→ **Directions**: Among the entries below, find every line that has "IfcOpenShell" and pull it out.

Segment Start: Stored data

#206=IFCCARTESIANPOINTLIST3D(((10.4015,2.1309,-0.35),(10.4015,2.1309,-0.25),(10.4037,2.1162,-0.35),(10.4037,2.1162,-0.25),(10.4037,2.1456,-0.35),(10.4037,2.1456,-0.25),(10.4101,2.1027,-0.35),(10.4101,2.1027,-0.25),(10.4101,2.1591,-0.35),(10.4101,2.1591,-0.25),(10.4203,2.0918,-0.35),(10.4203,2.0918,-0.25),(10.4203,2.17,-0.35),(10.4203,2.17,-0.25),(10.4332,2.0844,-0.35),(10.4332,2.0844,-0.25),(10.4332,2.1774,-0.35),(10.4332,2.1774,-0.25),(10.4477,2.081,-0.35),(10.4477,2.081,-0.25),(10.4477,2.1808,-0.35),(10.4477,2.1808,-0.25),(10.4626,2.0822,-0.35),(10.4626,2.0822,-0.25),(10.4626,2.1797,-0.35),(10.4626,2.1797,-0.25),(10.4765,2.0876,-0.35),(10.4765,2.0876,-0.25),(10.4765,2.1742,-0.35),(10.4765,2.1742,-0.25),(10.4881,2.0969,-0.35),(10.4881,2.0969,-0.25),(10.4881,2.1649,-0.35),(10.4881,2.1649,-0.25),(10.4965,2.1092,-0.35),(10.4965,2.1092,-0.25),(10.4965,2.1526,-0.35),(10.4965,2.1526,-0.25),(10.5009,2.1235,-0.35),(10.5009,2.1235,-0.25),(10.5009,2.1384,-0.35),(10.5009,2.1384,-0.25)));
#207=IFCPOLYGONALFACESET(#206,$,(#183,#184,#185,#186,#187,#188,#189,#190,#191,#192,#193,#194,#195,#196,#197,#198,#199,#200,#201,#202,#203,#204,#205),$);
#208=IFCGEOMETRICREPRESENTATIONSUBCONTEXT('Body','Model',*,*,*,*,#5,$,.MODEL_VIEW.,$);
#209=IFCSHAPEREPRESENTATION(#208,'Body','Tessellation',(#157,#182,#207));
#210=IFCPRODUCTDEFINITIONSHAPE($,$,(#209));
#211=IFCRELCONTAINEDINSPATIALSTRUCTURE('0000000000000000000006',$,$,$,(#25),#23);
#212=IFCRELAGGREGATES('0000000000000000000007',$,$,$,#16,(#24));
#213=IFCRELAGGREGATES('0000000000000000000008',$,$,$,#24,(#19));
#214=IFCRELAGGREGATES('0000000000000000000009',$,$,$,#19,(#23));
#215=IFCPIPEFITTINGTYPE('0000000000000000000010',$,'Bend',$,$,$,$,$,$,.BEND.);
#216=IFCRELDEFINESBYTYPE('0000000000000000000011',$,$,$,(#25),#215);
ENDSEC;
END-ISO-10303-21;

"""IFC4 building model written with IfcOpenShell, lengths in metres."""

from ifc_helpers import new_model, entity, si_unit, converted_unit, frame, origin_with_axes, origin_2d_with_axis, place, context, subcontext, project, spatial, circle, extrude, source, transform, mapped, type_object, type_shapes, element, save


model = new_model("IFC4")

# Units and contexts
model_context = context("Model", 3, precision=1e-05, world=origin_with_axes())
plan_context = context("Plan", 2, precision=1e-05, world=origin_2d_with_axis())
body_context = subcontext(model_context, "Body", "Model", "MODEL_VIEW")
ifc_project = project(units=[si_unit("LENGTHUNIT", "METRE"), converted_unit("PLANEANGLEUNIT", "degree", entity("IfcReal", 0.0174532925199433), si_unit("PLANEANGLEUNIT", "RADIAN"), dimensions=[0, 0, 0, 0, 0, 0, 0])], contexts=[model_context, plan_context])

Segment End: Stored data
Segment Start: Stored data

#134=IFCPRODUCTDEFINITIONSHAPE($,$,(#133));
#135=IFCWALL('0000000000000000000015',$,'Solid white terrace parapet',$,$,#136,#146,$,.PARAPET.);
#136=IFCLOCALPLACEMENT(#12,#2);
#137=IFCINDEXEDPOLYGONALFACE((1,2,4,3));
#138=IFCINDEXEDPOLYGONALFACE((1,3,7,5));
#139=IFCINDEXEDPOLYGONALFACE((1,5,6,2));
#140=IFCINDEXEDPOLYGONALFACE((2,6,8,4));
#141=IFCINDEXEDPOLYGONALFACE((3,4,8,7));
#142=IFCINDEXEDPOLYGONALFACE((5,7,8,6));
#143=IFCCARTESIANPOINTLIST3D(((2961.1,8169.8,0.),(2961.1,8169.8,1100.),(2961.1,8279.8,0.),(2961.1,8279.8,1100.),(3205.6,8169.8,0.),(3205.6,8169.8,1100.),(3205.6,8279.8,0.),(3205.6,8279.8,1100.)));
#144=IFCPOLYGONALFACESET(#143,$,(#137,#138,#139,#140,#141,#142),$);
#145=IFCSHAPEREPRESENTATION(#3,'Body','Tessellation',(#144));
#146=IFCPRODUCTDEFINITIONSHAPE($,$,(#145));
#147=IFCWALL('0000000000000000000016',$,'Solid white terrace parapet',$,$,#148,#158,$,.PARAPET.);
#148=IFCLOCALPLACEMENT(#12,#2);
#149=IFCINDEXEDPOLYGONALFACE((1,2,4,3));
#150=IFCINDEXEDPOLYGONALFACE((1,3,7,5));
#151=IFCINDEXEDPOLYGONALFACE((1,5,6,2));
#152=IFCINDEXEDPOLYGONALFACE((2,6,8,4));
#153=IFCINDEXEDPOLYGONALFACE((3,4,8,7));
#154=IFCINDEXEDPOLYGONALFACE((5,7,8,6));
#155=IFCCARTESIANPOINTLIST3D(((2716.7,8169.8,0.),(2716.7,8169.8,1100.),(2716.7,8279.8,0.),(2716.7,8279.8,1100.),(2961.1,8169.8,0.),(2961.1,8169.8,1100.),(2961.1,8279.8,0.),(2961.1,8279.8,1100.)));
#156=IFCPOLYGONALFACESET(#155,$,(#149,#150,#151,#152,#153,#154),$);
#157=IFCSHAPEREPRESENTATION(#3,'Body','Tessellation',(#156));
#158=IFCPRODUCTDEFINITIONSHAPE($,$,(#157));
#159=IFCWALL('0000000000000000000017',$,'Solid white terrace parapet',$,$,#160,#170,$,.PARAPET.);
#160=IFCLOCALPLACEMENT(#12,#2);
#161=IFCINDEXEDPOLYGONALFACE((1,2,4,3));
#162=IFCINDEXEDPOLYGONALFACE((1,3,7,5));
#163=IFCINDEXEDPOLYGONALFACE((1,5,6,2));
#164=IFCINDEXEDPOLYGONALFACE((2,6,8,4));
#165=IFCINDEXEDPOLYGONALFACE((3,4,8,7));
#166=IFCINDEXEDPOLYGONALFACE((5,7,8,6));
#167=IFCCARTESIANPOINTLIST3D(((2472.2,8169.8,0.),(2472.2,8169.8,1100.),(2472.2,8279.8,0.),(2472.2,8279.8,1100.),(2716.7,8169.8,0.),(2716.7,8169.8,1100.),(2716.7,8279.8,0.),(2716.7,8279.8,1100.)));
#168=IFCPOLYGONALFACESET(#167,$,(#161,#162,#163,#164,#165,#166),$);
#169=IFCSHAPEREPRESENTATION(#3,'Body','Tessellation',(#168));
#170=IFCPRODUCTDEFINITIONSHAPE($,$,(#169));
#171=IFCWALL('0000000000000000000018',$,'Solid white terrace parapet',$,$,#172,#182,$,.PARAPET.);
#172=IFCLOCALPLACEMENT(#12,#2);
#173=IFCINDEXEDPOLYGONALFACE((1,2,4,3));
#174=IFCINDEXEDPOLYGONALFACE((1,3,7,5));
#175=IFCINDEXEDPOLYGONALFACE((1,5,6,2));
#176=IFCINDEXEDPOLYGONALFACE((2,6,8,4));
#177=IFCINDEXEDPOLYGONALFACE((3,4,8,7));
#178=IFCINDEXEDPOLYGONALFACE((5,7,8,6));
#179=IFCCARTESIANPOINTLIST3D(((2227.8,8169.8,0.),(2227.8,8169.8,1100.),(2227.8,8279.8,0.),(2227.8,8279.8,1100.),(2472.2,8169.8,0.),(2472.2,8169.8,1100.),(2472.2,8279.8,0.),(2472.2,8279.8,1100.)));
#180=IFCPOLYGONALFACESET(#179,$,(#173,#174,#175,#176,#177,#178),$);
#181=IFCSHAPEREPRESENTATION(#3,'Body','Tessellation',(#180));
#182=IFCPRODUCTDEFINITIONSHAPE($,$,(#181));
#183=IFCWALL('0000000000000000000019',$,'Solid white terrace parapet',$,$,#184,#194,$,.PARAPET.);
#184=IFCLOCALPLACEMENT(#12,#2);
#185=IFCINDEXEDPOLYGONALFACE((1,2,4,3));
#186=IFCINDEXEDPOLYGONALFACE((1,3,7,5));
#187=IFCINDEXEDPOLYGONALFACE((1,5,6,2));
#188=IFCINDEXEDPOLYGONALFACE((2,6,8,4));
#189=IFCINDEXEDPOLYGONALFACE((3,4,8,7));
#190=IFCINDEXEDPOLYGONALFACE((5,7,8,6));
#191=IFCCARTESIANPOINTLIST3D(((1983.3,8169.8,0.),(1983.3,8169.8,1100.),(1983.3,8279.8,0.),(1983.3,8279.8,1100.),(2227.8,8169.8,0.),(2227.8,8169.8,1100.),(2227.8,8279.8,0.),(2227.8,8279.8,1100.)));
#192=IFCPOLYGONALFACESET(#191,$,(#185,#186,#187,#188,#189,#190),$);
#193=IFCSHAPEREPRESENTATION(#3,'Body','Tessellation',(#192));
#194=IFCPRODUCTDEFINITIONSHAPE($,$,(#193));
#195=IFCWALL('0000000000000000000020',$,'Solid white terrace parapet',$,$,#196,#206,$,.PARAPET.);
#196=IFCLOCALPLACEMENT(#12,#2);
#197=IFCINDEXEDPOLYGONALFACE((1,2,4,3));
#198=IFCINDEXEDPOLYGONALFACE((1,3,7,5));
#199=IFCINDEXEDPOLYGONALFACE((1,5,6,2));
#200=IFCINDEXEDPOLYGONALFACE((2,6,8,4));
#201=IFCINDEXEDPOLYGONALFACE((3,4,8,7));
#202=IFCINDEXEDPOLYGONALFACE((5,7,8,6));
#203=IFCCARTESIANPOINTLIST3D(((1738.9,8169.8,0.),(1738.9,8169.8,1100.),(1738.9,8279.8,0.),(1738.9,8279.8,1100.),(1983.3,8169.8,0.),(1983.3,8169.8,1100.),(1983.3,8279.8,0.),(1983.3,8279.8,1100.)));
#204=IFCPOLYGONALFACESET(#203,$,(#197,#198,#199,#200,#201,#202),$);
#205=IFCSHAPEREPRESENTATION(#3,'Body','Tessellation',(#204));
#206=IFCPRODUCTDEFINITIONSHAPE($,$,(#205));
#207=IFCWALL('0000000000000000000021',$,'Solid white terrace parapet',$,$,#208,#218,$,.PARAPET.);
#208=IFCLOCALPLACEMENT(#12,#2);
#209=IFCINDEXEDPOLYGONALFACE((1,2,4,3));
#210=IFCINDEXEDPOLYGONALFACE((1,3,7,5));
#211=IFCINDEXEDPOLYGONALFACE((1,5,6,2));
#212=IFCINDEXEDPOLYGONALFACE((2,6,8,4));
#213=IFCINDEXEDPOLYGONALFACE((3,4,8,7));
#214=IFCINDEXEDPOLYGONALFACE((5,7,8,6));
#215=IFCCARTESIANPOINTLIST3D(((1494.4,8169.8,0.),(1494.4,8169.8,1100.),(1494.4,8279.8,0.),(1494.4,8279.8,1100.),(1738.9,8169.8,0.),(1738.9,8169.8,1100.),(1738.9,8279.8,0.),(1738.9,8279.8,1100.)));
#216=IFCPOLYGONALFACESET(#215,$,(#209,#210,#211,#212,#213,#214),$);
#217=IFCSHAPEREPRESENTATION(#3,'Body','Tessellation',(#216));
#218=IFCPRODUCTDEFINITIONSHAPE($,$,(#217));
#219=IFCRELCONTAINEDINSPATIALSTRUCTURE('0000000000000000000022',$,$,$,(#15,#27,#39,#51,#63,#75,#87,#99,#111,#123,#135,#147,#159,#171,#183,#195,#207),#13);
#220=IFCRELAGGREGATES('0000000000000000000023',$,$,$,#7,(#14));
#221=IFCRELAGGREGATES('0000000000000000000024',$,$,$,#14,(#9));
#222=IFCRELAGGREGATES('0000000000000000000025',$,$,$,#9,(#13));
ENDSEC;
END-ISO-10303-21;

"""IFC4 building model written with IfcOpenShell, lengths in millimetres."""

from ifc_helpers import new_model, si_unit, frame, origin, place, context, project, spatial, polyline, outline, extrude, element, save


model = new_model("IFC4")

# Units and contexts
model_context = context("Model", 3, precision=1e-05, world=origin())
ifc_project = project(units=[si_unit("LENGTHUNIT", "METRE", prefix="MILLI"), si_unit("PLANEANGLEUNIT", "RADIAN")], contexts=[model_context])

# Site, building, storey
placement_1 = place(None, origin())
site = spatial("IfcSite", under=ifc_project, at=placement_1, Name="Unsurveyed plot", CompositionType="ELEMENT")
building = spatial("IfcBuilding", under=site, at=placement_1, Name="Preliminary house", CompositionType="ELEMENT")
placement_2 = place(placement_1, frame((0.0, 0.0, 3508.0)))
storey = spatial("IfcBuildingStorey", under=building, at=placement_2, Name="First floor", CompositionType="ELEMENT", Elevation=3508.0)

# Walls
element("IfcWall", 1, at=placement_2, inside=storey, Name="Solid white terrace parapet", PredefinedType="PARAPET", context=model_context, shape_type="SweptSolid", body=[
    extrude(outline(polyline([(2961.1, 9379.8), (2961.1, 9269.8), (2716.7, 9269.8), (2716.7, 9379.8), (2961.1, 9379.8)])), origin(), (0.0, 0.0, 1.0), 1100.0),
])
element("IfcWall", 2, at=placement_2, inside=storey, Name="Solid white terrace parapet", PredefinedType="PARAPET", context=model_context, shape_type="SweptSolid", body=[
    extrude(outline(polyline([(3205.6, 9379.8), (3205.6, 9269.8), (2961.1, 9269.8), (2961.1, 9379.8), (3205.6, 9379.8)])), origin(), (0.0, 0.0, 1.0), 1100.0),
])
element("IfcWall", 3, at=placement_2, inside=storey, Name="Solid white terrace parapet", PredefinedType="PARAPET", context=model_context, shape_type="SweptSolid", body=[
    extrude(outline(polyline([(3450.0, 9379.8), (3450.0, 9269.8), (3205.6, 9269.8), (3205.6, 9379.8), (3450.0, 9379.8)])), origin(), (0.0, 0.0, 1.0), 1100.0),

Segment End: Stored data
Segment Start: Stored data

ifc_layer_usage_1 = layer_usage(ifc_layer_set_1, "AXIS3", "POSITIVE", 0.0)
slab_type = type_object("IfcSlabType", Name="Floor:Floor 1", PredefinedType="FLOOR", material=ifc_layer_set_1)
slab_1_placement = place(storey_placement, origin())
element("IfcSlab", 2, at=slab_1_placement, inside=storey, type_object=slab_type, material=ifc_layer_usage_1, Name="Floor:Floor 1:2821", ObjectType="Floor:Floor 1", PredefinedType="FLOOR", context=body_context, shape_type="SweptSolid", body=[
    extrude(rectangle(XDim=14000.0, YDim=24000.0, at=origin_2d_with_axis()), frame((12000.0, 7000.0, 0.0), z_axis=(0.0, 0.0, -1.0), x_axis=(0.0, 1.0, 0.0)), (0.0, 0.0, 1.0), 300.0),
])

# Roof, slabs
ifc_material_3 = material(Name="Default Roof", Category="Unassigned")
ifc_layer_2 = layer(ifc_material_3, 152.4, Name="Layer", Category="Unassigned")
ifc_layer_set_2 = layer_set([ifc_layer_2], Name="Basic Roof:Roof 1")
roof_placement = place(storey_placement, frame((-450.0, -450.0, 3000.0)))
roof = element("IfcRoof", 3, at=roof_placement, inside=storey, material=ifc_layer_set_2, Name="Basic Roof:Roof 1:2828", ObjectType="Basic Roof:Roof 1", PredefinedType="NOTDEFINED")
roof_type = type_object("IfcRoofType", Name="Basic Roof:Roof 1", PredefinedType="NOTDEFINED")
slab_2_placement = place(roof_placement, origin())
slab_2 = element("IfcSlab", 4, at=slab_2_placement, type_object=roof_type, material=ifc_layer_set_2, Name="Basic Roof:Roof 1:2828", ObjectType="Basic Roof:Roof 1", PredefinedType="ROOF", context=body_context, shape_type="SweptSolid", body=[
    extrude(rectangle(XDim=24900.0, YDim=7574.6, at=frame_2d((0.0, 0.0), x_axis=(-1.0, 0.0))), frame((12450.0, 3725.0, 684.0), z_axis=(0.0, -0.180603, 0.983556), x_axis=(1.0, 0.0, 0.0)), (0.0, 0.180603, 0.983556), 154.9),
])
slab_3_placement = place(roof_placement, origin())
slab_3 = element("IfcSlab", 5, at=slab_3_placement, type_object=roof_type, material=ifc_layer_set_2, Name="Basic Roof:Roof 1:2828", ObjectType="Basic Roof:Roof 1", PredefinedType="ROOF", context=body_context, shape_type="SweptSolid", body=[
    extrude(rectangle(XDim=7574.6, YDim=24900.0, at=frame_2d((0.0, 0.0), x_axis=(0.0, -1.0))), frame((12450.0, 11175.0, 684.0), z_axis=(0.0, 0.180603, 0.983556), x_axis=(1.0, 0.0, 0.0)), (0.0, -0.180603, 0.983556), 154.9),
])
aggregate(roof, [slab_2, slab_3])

Segment End: Stored data

→ **The answer**:
"""IFC4 building model written with IfcOpenShell, lengths in metres."""
"""IFC4 building model written with IfcOpenShell, lengths in millimetres."""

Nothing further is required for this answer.